途中の峠越えを含めて4時間弱の行程だが、一部、渡渉と沢身を歩く箇所があるので悪天候時(増水時)の入山は控えたい。
峠を越えて林道を歩けばペテカリ山荘に到着する。
2日目はペテガリ岳の往復だ。
岩場などの難しい箇所はないが、刈り払いが行われていない笹藪での道迷いやヒグマとの遭遇、マダニへの対策をしっかりとして歩きたい。
往復で11時間ほど掛かるので、できるだけ荷物を軽くして挑もう。
最終日は初日と同じ道を登山口まで戻る。
計画書提出先 北海道警察本部または日高警察署地域課
※登山口に登山計画書提出ポストあり
宿泊 ペテガリ山荘:0146-43-2111
※無人避難小屋。
交通 JR日高本線鵜鵡川駅よりJR北海道バス(静内駅行き:1,020円)にて静内駅バス停へ。
静内バスターミナルよりJR北海道バス(様似駅行き:1,570円)にて様似営業所バス停へ。

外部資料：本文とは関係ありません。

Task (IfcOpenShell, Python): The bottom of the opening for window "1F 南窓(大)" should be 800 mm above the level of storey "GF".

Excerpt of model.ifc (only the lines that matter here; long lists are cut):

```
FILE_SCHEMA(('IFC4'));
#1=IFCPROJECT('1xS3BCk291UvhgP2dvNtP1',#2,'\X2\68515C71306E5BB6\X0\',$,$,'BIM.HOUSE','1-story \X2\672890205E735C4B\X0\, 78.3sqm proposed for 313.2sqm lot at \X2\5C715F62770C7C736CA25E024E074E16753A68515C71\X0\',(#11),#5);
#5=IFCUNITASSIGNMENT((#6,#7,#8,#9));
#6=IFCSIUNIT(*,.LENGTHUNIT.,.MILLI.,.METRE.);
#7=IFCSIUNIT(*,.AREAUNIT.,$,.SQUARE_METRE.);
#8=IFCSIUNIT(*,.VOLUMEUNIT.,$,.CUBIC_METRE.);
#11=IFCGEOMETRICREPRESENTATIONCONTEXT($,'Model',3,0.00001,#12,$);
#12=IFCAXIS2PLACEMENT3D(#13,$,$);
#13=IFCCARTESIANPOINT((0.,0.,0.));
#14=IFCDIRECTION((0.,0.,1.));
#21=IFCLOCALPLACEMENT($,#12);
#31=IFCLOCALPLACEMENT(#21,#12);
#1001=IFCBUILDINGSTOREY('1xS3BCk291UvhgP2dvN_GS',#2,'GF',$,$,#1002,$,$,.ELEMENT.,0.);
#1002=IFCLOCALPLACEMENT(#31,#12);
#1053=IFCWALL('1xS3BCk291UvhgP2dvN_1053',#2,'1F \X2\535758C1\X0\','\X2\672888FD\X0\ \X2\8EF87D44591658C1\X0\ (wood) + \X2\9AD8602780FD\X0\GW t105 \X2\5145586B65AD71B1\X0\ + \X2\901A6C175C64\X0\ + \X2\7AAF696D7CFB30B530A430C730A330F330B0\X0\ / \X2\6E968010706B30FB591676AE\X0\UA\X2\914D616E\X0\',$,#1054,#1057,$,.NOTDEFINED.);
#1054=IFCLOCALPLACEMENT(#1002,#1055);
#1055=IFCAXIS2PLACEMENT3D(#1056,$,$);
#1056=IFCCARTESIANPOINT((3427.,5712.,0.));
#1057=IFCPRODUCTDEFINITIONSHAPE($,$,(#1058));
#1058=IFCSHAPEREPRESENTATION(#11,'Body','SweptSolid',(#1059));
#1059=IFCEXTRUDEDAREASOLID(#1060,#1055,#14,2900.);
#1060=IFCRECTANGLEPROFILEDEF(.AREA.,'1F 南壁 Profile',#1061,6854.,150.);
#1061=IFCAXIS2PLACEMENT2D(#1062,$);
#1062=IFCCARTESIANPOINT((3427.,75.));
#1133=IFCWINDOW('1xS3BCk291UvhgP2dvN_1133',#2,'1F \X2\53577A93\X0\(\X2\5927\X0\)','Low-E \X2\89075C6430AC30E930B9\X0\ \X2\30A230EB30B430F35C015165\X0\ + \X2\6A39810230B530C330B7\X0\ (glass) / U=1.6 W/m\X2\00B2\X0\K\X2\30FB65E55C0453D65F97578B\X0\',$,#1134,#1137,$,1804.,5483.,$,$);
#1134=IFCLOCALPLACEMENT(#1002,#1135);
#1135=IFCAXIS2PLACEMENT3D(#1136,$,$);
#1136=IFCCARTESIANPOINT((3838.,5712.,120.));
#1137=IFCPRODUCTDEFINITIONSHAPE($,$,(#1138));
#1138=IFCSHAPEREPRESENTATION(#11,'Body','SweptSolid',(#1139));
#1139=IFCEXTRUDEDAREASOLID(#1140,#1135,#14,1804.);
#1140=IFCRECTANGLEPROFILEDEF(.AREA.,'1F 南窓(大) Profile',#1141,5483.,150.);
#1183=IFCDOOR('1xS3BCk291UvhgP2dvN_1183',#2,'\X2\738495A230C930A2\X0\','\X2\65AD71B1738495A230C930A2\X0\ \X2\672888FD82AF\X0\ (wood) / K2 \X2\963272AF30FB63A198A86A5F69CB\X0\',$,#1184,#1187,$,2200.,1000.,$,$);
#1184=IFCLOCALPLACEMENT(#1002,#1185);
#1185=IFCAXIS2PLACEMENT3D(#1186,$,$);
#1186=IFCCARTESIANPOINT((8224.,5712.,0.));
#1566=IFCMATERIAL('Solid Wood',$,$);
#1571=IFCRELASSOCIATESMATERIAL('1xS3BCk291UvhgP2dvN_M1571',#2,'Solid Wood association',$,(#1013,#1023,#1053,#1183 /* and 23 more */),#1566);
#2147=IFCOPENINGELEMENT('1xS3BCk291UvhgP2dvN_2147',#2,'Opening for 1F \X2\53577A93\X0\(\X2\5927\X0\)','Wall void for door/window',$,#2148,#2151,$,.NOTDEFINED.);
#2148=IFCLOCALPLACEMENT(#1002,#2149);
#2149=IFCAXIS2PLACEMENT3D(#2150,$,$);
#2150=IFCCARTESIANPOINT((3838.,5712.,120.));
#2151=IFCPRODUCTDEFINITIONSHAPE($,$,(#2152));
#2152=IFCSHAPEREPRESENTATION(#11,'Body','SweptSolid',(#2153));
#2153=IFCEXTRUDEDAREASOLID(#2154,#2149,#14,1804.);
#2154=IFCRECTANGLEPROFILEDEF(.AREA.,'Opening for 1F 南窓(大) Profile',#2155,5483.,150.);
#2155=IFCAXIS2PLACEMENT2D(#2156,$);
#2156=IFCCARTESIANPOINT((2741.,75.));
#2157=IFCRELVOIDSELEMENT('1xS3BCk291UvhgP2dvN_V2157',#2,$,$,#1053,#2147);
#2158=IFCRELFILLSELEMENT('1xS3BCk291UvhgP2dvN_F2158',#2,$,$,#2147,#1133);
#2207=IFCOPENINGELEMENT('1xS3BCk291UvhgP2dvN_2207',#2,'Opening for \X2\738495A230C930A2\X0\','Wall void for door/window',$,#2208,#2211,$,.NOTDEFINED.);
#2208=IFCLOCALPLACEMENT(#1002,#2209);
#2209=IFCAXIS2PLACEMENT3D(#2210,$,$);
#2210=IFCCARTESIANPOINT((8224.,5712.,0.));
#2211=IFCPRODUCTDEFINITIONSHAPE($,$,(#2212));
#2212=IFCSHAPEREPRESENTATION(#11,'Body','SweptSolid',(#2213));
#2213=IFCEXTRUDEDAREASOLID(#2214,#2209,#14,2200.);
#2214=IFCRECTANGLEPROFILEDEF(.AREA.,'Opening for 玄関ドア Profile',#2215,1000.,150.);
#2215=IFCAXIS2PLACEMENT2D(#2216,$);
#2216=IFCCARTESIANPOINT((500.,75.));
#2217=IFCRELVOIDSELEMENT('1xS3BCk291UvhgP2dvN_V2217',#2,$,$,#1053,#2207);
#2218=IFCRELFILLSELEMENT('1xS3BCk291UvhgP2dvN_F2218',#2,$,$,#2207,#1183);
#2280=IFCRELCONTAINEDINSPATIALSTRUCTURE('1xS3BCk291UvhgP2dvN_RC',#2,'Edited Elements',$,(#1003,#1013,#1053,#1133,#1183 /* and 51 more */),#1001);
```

```python
import numpy as np
import ifcopenshell
import ifcopenshell.api.geometry
import ifcopenshell.geom
import ifcopenshell.util.element
import ifcopenshell.util.placement
import ifcopenshell.util.shape
import ifcopenshell.util.unit

model = ifcopenshell.open("model.ifc")
unit_scale = ifcopenshell.util.unit.calculate_unit_scale(model)

window = model.by_id(1133)
opening = window.FillsVoids[0].RelatingOpeningElement
storey = ifcopenshell.util.element.get_container(window, ifc_class="IfcBuildingStorey")
level = ifcopenshell.util.placement.get_local_placement(storey.ObjectPlacement)[2, 3]

# The opening's origin need not be at the sill, so measure its lowest point.
shape = ifcopenshell.geom.create_shape(ifcopenshell.geom.settings(), opening)
bottom = ifcopenshell.util.shape.get_shape_bottom_elevation(shape, shape.geometry) / unit_scale
dz = level + 0.8 / unit_scale - bottom

shift = np.array([0.0, 0.0, dz])
# The window is not placed relative to its opening, so move both.
for product in (opening, window):
    matrix = ifcopenshell.util.placement.get_local_placement(product.ObjectPlacement)
    matrix[:3, 3] += shift
    ifcopenshell.api.geometry.edit_object_placement(model, product=product, matrix=matrix, is_si=False)

print(f"moved by {dz * unit_scale:+.3f} m")

model.write("model_edited.ifc")
```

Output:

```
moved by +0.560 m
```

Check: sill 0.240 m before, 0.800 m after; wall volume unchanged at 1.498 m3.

様似営業所バス停よりJR北海道バス(上野深行き:1,220円)にて上野深バス停へ。
※上野深からはタクシーやレンタカーを利用する。
駐車場 神威山荘・登山口周辺に駐車スペース数ヶ所あり。
※林道上のスペースなので他の車の妨げにならないよう注意が必要だ。
アドバイス 何が起きても自己解決できるだけの体力と技術が必要だ。
行程が長いので体調を十分に整えた上で登山を行うこと。
マダニや他の虫が多く生息している。肌を晒すような服装は慎もう。
ヒグマとの遭遇に十分注意し警戒を怠らないようにしよう。
悪天候時の行動は厳に慎むこと。
サブコース 特になし。
エスケープルート 特になし。
入浴 《みついし昆布温泉》
道の駅に併設された宿泊施設。日帰り入浴が可能でオーシャンビューの風呂は気持ちがよくリラックスできるだろう。
http://kurazou.ambix.biz/
おすすめ周辺情報 《ラーメン八雲》
「札幌純連」から暖簾分けしたラーメン店。ミシュランガイドにも掲載されたラーメンは美味く週末には行列ができるほどだ。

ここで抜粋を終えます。